**Data excerpts**
__________________________________________________
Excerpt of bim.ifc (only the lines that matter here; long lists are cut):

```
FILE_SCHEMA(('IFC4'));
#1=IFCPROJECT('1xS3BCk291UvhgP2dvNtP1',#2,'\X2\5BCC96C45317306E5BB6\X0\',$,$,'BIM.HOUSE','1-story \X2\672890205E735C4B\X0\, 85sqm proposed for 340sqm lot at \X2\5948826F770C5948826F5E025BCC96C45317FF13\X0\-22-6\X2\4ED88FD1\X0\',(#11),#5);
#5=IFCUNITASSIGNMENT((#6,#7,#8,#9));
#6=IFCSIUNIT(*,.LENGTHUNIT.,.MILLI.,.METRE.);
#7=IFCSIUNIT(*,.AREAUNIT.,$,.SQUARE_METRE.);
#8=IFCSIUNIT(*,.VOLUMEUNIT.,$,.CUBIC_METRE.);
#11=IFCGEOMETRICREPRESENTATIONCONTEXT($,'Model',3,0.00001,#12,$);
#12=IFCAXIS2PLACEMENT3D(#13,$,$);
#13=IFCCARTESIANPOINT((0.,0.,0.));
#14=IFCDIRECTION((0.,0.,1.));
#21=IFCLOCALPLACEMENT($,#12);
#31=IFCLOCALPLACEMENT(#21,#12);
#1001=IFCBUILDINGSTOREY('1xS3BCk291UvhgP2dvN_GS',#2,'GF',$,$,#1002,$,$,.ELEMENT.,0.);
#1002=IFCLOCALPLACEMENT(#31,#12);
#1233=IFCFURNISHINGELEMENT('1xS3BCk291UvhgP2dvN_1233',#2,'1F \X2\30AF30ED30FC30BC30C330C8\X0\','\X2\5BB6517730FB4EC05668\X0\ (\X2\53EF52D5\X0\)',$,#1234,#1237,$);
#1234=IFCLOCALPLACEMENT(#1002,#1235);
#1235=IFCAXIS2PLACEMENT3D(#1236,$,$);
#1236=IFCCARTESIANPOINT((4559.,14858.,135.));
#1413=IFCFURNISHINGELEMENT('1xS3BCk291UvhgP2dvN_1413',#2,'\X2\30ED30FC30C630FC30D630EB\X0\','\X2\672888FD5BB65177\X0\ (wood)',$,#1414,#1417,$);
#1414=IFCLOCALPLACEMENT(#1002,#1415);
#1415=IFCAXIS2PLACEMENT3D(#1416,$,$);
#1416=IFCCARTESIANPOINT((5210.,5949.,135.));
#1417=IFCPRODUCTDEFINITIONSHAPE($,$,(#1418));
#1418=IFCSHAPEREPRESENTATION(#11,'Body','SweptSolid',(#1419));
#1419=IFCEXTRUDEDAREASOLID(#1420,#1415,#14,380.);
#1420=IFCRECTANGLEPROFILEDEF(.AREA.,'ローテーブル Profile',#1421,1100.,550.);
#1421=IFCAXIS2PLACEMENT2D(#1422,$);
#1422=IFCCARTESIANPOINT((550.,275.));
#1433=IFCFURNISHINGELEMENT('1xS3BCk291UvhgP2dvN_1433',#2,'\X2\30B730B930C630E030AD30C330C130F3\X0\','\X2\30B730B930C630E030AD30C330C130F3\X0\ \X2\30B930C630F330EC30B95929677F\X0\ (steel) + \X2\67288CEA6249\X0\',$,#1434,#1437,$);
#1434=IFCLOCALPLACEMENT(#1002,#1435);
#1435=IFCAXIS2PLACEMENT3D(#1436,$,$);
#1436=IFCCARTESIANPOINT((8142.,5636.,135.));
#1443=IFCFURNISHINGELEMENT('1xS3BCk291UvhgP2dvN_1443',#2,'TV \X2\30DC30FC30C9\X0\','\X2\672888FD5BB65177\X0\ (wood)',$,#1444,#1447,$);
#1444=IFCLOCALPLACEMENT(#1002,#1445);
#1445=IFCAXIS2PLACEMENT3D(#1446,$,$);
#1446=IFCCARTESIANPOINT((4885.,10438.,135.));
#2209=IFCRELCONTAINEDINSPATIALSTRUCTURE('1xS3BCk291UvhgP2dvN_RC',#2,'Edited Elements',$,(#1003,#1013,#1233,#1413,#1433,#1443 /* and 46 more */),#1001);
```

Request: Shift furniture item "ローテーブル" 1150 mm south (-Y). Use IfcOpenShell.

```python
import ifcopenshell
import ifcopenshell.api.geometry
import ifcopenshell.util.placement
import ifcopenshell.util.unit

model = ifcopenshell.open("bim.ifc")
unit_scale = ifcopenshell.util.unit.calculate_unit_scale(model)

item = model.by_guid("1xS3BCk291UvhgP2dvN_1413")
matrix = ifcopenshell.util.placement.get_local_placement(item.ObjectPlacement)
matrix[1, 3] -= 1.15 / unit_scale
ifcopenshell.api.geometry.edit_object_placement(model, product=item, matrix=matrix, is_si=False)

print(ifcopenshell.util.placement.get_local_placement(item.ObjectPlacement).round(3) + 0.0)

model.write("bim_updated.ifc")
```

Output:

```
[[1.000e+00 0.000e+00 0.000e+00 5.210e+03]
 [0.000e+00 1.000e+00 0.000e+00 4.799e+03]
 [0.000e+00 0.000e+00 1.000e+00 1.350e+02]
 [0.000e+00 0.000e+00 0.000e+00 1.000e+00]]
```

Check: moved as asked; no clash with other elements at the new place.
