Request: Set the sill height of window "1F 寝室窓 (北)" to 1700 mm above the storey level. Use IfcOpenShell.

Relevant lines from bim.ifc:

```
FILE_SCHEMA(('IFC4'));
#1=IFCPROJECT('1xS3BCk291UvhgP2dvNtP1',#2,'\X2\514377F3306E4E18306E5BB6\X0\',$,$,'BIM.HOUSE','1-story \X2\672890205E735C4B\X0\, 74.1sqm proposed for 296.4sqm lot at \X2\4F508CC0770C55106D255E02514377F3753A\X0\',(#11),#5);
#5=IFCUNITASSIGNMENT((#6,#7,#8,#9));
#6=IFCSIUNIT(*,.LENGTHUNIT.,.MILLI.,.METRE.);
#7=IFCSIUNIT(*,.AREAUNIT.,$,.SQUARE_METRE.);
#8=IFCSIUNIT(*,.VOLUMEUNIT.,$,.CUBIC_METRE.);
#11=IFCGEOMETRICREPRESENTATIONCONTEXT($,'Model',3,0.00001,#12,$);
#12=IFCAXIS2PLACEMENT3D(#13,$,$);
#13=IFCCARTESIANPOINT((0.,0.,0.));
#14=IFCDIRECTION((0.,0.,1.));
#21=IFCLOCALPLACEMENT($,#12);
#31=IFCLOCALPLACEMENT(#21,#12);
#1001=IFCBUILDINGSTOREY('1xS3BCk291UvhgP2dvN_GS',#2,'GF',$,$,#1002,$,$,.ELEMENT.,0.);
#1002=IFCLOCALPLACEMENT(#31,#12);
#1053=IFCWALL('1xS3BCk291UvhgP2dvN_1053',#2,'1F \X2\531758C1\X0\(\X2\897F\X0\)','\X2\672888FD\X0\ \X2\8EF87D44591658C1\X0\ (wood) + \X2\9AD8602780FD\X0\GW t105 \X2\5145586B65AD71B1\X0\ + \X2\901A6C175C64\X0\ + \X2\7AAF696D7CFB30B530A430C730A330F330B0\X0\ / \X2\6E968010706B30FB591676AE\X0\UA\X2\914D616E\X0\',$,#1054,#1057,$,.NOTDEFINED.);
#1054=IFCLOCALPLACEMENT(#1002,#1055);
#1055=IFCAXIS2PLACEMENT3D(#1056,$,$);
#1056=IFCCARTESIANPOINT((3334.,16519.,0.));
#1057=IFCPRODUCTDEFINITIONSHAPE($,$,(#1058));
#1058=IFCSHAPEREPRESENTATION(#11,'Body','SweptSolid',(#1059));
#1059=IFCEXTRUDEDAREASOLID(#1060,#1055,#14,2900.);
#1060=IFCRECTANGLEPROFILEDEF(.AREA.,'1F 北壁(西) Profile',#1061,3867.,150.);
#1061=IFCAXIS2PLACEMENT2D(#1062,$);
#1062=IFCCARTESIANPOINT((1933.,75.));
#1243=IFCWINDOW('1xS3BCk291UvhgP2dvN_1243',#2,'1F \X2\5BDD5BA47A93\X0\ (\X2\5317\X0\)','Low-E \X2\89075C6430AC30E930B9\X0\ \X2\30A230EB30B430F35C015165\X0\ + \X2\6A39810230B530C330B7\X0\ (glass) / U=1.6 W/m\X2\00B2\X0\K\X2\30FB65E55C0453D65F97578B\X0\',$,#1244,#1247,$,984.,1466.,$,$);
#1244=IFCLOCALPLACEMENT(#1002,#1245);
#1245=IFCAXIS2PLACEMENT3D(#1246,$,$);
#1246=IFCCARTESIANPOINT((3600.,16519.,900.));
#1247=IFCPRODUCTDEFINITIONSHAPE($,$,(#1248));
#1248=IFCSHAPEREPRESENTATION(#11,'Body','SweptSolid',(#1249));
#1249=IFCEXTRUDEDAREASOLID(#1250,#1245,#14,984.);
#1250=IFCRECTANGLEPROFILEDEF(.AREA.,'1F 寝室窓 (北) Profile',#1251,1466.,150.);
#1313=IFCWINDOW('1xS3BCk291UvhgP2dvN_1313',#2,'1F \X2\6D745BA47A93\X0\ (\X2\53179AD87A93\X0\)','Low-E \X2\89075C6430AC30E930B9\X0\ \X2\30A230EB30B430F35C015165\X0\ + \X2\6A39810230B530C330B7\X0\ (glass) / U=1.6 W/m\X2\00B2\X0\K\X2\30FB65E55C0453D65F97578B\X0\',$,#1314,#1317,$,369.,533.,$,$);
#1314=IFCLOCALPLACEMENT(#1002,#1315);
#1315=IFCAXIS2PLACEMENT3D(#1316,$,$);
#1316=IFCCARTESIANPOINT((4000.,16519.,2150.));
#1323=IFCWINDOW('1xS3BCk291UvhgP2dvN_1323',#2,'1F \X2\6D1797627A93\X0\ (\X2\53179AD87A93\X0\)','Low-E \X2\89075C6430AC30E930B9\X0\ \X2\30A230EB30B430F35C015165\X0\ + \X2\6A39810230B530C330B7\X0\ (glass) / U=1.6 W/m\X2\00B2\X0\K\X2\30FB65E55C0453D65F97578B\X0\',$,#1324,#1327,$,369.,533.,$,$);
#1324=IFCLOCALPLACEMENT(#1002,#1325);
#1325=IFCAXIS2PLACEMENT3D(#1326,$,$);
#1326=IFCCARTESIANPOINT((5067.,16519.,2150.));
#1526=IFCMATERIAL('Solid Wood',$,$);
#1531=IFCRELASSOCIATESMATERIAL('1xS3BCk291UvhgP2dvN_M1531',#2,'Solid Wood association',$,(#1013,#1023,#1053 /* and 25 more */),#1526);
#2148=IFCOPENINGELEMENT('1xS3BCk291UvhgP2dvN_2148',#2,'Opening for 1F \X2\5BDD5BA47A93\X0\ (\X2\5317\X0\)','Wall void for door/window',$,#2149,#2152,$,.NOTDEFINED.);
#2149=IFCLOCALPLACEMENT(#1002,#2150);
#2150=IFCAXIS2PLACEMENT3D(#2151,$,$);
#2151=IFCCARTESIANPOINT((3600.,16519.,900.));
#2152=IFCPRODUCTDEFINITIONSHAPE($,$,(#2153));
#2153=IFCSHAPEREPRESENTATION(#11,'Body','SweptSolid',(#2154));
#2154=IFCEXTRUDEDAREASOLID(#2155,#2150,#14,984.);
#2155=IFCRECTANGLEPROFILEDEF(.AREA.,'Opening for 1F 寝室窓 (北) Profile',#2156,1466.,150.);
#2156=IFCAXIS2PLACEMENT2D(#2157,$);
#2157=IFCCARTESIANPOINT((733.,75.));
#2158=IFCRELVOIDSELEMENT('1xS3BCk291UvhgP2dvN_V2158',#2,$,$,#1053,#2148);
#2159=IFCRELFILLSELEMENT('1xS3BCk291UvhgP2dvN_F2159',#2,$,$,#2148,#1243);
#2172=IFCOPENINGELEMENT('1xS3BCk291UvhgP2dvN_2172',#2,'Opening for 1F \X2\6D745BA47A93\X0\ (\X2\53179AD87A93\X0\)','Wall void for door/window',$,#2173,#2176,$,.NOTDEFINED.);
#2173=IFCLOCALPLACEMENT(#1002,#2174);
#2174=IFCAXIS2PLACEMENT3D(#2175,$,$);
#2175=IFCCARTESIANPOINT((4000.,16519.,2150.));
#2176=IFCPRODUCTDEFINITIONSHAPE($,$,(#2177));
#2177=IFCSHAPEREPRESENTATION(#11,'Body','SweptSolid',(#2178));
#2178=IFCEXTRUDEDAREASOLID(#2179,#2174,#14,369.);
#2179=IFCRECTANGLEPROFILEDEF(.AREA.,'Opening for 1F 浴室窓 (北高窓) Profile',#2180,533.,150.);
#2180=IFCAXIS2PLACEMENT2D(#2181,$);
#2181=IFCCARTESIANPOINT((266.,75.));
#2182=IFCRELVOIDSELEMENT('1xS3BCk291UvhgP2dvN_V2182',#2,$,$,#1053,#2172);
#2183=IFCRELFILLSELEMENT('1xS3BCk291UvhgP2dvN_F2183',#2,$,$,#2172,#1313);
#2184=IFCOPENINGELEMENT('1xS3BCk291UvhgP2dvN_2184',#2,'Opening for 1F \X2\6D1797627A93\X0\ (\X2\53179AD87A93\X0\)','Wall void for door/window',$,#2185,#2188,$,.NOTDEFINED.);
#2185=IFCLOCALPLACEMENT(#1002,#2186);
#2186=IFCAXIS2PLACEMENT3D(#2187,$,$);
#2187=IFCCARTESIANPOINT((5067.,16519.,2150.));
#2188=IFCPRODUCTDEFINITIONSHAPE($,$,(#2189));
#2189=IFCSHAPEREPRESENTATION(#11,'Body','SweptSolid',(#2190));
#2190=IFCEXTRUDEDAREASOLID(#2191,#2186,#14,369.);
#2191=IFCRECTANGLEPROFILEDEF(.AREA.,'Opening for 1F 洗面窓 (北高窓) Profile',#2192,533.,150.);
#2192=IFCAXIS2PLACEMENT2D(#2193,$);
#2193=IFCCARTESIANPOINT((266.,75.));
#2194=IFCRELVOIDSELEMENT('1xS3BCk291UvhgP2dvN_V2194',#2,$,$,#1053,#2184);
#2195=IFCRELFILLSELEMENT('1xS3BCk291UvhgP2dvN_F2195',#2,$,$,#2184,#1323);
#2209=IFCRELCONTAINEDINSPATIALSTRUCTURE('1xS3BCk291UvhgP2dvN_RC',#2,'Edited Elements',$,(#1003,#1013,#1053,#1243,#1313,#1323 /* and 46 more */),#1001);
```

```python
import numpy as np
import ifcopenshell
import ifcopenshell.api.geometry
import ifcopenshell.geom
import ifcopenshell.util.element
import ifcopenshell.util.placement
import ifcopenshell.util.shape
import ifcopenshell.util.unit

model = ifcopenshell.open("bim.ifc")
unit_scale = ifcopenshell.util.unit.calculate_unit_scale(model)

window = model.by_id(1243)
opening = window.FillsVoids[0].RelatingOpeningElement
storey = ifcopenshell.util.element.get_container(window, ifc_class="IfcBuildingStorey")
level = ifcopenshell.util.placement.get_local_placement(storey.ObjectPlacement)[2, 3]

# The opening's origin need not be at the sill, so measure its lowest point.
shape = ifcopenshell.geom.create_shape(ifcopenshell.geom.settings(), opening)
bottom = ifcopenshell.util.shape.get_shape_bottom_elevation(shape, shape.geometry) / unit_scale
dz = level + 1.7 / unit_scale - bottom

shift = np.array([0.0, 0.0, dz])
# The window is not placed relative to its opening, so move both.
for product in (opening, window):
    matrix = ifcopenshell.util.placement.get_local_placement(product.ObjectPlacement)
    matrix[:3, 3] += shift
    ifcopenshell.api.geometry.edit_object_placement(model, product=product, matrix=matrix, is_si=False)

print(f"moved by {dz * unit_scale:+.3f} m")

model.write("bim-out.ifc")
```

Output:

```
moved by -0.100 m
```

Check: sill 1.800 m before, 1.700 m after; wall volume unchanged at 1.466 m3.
__________________________________________________
**What to produce**
Your answer should be only a number: how many lines in the records hold the word "more".

**Solved exercise**
3